QUAND un chroniqueur TV ou radio qualifie un homme politique d’ignorant ou de menteur, quand un ancien candidat à l’élection présidentielle s’adresse au Chef de l’Etat pour commenter ses déclarations en lui refusant d’exercer son droit à la parole, lui signifiant que ses prérogatives lui interdisent d’évoquer telle ou telle question et quand, enfin, un leader politique se permet de révéler, en détail, aux médias le contenu d’une rencontre à laquelle son parti a été invité par le Président de la République en insistant, en prime, sur ce que le Chef de l’Etat a demandé aux présents à la même réunion, l’on est en droit de se poser la question suivante: jusqu’où ira la détérioration, de jour en jour, du discours politique ambiant produit aussi bien par les politiciens au pouvoir que ceux installés dans ce qu’ils appellent eux-mêmes l’opposition, dans l’attente de postuler aux postes de commandement ou de direction ?
De plus, quand nos politiciens saisiront-ils qu’il existe un seuil d’indécence qu’il importe de ne jamais dépasser dans la mesure où il deviendra difficile, voire impossible, d’entretenir une vie politique ordinaire dans une ambiance empoisonnée où les insultes, les accusations gratuites, les soupçons de corruption et les affirmations de dépravation supplantent le dialogue, la compréhension, le respect mutuel, la coexistence et la tolérance ?

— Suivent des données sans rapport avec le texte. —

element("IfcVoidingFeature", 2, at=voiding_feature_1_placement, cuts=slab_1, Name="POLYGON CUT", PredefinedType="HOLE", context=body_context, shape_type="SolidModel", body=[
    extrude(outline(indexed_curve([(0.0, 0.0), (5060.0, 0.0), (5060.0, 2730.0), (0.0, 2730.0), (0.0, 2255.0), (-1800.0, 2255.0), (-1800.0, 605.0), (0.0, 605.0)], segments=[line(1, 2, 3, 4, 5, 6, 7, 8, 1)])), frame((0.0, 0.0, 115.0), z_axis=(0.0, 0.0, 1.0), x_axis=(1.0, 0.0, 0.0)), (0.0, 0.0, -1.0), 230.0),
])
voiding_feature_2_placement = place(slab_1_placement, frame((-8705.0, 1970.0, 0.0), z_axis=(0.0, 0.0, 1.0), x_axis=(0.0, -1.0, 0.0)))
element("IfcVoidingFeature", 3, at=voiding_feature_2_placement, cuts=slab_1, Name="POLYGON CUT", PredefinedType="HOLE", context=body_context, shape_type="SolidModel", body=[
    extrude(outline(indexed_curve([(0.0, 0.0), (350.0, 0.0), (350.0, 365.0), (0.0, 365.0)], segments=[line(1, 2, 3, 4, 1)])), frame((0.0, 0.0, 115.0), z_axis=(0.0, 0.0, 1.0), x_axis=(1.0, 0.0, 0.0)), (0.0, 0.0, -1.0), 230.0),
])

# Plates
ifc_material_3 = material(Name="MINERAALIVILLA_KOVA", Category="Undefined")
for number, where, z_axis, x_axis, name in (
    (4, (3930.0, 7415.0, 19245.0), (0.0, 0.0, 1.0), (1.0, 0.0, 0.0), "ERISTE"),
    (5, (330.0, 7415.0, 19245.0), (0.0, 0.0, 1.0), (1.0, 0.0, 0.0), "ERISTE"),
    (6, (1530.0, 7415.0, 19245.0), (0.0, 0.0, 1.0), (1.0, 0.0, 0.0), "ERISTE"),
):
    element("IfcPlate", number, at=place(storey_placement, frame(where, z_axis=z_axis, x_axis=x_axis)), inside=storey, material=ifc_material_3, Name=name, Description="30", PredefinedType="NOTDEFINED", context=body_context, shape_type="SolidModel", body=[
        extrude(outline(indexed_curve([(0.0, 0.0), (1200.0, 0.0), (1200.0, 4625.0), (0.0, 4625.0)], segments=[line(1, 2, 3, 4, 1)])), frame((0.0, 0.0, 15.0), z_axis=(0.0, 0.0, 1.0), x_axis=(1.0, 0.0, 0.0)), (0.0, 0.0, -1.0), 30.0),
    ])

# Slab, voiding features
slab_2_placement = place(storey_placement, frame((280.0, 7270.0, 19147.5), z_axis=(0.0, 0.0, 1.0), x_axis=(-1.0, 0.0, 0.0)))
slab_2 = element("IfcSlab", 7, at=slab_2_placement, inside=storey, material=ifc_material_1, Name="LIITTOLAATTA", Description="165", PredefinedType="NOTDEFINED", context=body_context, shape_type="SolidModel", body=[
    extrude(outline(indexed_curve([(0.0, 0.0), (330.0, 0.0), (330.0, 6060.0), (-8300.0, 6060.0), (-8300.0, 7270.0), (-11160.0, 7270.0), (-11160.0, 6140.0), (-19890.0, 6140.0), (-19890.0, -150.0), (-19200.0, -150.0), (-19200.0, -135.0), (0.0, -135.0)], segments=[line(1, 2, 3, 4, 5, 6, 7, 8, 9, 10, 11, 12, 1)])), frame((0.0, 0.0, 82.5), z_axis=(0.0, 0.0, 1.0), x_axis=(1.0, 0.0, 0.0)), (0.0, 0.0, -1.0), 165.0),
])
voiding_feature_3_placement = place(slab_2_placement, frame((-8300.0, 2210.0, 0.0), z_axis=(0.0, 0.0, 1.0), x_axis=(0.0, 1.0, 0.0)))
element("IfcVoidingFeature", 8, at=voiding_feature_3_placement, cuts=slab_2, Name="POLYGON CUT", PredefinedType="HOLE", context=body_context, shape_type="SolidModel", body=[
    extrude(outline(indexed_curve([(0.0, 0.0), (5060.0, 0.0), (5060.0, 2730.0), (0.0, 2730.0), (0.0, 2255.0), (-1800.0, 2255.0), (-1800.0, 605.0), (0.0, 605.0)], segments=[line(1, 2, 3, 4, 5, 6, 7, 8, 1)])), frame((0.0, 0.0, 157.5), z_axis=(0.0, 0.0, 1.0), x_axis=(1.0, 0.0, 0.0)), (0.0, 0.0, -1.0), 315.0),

Malheureusement, à la faveur des convulsions qui marquent actuellement le paysage politique national consécutives à la naissance difficile et éprouvante du gouvernement Hichem Mechichi, notre élite politique, toutes tendances confondues, et aussi — ayons l’honnêteté de le reconnaître — civile et médiatique (sans oublier les réseaux sociaux sur lesquels personne n’a d’emprise de quelque nature que ce soit, même si certains sites sont réputés financés par des partis ou lobbies) semble ou plus précisément fournit quotidiennement la preuve qu’elle est tombée dans l’irréparable et que rien n’empêche plus désormais nos politiciens de gauche ou de droite et aussi nos experts autoproclamés d’user de tous les stratagèmes imaginables dans le but d’atteindre leurs objectifs, d’imposer les agendas des partis pour lesquels ils s’activent et de faire triompher les intérêts qu’ils sont censés servir aux dépens de la primauté de la loi, du respect du droit et de la consécration de la concurrence loyale.
On dit que lors des compétitions électorales, il est légitime de tout faire pour s’imposer et faire valoir ses idées et ses programmes, sauf qu’on oublie qu’il existe des règles à respecter scrupuleusement, plus particulièrement dans les étapes de transitions démocratiques qui ont besoin, pour réussir, d’hommes et d’institutions qui peuvent s’élever à la hauteur du moment ou de l’instant historique que commandent ces mêmes transitions.